After a fine meal, courtesy of Bernd and Black Ruby, we began the second set with the 'b' version of I'll Be Gone and then found our way into the blues bracket with Enza and Jimmy again featuring somewhere along the line in a gorgeous version of Summertime.
To Bernd's obvious pleasure, all the guests seemed to be duly surprised and, from what I can gather, wholly delighted with his choice of un-birthday entertainment. We had fun too, and I'd be even more thrilled if we could repeat the performance with Enza and Jimmy in the not too distant future. Hmmm..

 

Mike tries to look busy at home in downtown Cinemascope (pic Josie Hayden)

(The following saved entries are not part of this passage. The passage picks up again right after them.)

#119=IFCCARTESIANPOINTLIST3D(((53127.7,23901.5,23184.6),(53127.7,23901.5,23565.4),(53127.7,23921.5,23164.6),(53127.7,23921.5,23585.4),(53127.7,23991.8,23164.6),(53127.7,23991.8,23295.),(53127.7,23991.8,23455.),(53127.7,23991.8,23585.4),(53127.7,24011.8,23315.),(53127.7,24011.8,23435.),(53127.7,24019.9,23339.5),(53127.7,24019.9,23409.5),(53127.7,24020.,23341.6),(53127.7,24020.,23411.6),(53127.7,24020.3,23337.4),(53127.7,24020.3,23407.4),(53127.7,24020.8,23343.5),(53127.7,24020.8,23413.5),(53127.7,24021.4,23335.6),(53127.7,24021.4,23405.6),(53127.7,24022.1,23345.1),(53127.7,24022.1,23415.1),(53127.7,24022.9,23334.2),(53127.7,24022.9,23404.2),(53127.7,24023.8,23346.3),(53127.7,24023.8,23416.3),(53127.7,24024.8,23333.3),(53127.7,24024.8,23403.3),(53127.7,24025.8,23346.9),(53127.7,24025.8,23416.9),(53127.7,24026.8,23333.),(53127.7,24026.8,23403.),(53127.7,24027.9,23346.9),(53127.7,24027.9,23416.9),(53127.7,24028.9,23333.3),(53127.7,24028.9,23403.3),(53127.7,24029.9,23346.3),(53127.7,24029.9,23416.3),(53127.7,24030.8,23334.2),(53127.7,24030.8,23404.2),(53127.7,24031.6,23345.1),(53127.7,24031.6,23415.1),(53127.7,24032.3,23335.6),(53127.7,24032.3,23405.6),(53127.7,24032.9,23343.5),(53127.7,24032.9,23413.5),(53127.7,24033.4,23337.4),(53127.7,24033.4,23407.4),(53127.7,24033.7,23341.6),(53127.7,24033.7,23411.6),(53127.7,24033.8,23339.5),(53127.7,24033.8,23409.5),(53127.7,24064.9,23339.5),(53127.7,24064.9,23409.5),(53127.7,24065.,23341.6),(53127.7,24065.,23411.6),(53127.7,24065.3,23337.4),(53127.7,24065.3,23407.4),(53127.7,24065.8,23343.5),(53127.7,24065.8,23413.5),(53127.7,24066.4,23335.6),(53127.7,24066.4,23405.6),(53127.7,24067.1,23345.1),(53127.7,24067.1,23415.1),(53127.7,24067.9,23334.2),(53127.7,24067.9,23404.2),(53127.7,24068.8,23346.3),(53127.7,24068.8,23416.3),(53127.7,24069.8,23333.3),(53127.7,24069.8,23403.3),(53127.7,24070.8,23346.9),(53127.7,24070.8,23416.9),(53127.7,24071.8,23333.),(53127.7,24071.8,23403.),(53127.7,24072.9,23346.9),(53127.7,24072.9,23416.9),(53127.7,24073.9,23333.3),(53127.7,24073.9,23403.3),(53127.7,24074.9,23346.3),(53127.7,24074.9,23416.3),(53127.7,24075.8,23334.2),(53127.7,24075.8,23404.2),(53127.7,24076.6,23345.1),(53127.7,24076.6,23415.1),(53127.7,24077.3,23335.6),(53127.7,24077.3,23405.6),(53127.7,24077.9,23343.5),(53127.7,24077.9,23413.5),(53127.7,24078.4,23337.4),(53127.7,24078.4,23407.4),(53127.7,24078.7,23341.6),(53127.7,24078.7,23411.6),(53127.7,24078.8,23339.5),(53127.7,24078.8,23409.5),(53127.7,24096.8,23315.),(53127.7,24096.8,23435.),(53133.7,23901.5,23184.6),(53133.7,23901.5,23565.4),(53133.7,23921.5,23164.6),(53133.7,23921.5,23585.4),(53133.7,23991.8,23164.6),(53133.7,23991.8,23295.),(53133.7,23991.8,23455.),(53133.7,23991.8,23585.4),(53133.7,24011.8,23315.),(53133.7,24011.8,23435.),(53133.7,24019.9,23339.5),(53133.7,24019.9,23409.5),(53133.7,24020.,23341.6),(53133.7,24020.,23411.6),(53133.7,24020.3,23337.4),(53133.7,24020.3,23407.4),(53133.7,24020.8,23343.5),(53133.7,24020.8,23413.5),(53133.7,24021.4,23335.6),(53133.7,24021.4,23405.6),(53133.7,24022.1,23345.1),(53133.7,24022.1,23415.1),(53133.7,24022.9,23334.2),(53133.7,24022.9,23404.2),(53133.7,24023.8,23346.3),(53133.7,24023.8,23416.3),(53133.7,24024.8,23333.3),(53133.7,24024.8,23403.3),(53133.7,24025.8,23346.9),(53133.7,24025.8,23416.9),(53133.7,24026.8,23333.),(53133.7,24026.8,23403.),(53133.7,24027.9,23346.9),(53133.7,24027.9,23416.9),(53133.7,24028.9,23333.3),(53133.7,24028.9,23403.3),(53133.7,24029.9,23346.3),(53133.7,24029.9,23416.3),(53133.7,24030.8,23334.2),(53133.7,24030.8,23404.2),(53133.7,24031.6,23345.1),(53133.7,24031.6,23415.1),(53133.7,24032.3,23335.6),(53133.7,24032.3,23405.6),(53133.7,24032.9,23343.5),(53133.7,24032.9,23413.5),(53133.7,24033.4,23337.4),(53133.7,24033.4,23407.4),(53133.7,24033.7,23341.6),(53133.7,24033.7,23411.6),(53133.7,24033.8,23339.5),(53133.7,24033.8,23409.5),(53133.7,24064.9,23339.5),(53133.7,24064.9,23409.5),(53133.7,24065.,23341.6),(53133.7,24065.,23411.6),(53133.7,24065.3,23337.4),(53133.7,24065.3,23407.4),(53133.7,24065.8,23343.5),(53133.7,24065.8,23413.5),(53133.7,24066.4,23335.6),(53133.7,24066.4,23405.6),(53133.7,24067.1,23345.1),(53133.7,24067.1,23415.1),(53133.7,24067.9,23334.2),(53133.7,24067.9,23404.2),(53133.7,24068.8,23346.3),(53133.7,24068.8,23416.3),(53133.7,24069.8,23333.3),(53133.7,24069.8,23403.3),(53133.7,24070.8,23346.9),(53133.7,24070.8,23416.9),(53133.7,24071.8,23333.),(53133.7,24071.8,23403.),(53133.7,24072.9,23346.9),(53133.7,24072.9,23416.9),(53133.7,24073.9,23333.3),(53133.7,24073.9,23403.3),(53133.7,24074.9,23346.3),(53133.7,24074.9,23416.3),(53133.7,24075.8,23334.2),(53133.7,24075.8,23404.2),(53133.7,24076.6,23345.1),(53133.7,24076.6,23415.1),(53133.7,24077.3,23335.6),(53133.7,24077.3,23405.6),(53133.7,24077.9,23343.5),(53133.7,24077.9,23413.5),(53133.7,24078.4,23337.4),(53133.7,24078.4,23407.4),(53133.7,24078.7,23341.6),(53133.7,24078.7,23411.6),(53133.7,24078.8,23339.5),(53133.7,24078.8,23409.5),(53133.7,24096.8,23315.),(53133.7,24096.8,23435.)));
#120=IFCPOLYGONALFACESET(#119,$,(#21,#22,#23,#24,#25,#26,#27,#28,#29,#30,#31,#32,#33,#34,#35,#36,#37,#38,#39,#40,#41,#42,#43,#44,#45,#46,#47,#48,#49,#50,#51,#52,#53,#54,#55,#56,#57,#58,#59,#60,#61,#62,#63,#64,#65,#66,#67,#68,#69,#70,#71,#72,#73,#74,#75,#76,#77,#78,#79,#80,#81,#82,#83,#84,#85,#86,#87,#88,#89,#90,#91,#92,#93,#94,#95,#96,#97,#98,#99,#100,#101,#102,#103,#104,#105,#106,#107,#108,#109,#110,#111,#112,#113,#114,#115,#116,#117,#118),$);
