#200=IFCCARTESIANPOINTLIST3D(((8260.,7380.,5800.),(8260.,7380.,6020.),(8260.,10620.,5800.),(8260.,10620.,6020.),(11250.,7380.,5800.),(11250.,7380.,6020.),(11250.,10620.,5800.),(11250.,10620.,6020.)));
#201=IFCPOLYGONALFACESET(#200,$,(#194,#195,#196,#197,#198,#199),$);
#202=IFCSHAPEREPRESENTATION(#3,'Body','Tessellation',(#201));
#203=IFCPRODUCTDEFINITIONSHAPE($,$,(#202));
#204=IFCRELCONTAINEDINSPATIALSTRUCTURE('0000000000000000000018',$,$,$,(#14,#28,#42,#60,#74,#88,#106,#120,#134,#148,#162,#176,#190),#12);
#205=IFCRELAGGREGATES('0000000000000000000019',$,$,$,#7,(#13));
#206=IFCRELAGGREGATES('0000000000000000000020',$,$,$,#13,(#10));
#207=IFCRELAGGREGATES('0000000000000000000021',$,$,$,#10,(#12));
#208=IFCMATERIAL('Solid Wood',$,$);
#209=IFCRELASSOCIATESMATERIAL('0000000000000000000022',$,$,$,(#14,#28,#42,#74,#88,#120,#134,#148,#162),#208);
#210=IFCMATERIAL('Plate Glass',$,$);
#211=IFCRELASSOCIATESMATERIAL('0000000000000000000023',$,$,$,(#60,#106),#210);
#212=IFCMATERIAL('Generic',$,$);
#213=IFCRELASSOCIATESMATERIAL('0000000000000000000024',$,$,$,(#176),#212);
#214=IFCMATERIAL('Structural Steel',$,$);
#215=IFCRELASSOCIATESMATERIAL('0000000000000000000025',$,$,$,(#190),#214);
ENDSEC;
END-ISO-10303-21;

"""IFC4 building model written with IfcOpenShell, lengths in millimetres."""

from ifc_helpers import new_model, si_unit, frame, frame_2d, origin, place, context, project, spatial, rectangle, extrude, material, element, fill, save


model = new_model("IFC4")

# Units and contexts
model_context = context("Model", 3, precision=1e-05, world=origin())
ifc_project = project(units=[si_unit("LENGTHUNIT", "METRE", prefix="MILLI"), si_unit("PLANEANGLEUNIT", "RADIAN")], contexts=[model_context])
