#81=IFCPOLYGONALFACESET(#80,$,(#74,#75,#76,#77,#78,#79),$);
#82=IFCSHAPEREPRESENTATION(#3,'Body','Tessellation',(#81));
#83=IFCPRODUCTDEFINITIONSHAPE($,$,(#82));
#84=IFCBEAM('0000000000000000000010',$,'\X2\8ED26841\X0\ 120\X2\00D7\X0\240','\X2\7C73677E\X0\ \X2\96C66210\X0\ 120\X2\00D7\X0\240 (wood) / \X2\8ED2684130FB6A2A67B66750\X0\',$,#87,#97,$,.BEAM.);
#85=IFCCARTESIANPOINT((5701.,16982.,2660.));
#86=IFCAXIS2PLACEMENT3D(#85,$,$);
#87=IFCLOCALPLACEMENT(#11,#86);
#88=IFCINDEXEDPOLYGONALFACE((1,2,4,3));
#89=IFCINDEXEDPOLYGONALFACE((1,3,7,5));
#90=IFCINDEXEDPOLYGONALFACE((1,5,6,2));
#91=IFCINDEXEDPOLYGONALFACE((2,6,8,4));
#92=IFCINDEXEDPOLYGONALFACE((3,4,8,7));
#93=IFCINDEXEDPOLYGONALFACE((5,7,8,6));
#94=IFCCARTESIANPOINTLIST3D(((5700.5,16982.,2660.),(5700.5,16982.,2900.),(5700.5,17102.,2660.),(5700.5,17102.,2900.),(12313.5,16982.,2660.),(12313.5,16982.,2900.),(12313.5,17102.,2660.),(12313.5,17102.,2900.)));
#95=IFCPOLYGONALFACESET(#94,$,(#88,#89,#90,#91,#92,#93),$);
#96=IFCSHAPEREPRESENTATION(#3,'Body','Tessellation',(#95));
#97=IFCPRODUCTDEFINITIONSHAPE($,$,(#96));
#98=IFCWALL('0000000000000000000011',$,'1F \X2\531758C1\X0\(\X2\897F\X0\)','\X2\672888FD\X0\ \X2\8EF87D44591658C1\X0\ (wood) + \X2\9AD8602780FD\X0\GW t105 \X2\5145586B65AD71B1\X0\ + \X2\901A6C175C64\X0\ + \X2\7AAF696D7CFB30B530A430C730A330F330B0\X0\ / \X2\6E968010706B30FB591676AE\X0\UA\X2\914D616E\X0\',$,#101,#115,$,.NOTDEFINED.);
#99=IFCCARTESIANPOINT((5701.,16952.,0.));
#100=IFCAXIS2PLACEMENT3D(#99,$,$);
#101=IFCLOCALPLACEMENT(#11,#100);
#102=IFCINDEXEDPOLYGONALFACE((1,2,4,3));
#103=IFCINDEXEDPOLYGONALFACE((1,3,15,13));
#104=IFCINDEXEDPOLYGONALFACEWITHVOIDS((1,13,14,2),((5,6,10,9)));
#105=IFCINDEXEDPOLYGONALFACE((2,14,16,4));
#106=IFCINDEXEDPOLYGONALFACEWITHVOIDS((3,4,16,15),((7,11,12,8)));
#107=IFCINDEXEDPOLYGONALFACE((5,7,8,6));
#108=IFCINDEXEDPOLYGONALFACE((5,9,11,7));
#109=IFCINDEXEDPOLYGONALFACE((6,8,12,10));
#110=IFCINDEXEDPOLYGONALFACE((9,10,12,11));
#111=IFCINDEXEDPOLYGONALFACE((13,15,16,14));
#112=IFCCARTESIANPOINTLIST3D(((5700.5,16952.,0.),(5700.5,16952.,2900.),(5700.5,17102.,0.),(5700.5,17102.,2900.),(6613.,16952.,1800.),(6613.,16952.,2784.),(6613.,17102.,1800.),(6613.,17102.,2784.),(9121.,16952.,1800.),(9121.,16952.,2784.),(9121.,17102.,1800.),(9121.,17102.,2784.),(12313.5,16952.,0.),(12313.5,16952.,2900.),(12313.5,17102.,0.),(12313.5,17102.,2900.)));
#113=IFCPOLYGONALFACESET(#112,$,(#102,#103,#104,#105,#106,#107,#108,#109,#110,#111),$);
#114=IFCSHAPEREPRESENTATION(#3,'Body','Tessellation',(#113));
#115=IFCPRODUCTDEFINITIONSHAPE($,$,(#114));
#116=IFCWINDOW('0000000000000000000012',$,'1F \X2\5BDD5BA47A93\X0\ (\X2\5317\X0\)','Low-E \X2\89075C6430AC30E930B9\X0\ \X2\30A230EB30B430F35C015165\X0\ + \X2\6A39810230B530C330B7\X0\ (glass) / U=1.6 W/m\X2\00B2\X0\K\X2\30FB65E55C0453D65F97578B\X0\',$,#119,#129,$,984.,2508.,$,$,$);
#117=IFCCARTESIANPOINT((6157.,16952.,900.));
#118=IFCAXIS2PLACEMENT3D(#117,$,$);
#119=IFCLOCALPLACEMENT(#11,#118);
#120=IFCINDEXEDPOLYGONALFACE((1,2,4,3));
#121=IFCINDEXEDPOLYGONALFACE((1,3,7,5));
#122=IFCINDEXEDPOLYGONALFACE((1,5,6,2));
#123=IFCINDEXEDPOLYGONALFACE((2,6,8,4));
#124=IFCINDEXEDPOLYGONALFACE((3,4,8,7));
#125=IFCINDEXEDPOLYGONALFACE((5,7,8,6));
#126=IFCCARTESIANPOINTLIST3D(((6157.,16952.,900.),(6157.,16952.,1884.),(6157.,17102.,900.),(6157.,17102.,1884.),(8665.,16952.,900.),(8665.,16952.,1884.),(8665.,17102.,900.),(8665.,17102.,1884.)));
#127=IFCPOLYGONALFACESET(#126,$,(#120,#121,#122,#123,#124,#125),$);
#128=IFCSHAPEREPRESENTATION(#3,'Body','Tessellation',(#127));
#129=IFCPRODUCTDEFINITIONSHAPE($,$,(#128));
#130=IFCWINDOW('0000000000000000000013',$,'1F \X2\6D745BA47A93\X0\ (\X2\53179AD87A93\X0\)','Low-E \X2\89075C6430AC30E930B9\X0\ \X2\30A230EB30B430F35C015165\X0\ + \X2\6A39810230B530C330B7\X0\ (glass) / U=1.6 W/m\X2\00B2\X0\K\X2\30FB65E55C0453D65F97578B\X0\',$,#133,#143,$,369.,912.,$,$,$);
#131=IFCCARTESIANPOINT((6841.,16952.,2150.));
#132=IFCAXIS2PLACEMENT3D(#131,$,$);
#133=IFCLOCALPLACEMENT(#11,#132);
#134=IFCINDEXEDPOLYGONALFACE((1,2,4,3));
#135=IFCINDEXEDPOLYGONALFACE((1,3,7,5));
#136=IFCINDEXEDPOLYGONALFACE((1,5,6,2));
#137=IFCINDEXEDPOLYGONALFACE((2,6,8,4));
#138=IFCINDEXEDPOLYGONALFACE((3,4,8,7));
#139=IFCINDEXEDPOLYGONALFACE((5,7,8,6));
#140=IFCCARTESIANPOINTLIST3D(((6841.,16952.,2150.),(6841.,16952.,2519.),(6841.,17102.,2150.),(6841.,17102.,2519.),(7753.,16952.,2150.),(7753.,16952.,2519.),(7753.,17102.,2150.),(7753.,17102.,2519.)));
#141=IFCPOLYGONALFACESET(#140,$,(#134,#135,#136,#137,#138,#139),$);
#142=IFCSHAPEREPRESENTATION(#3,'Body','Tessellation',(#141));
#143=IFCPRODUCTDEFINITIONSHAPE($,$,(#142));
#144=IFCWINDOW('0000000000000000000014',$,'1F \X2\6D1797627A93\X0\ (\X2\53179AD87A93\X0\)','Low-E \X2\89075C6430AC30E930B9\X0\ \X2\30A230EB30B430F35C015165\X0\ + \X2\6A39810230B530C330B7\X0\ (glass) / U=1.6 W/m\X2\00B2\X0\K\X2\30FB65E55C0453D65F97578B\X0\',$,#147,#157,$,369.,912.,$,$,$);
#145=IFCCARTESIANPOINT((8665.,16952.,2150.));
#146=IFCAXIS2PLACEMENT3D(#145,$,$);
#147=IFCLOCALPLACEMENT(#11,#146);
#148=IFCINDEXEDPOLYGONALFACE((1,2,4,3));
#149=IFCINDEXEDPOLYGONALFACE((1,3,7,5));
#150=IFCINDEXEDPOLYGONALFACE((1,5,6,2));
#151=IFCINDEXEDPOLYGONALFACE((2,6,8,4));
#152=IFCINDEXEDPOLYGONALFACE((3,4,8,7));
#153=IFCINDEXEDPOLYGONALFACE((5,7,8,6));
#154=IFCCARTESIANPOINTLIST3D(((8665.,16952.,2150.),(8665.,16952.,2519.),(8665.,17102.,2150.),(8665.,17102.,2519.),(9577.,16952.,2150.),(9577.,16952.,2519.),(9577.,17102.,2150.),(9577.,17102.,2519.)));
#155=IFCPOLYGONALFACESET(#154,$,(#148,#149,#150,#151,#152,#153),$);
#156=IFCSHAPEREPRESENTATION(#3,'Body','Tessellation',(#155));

St Andrews is off and other stories..
2.9.09 -
Adam asked if I'd seen the article in the Leader when I walked into Choclatté. I was still grumpy from having to cancel the St Andrews gig slotted for the 13th, but I had a look anyway. Check it out The good news is that the Breathing Space Too EP is back in stock, just in time for our trip over to the Semaphore Workers Club in SA via The Sandbar in Mildura. In the meantime, book now at Ticketek for the Rock of Ages show on Fri. Oct. 2nd
I almost forgot. I received an e-mail from The Soundgarden the other day and it seems that our genial hosts, Dave and Maree, are calling it a day after this coming weekend. That's sad in so many ways, but not least because they whole-heartedly enjoyed the experience of putting on good food and entertainment and their enjoyment was infectious. North Laverton will resume being just another suburb we speed past on the way to somewhere else - we'll miss them.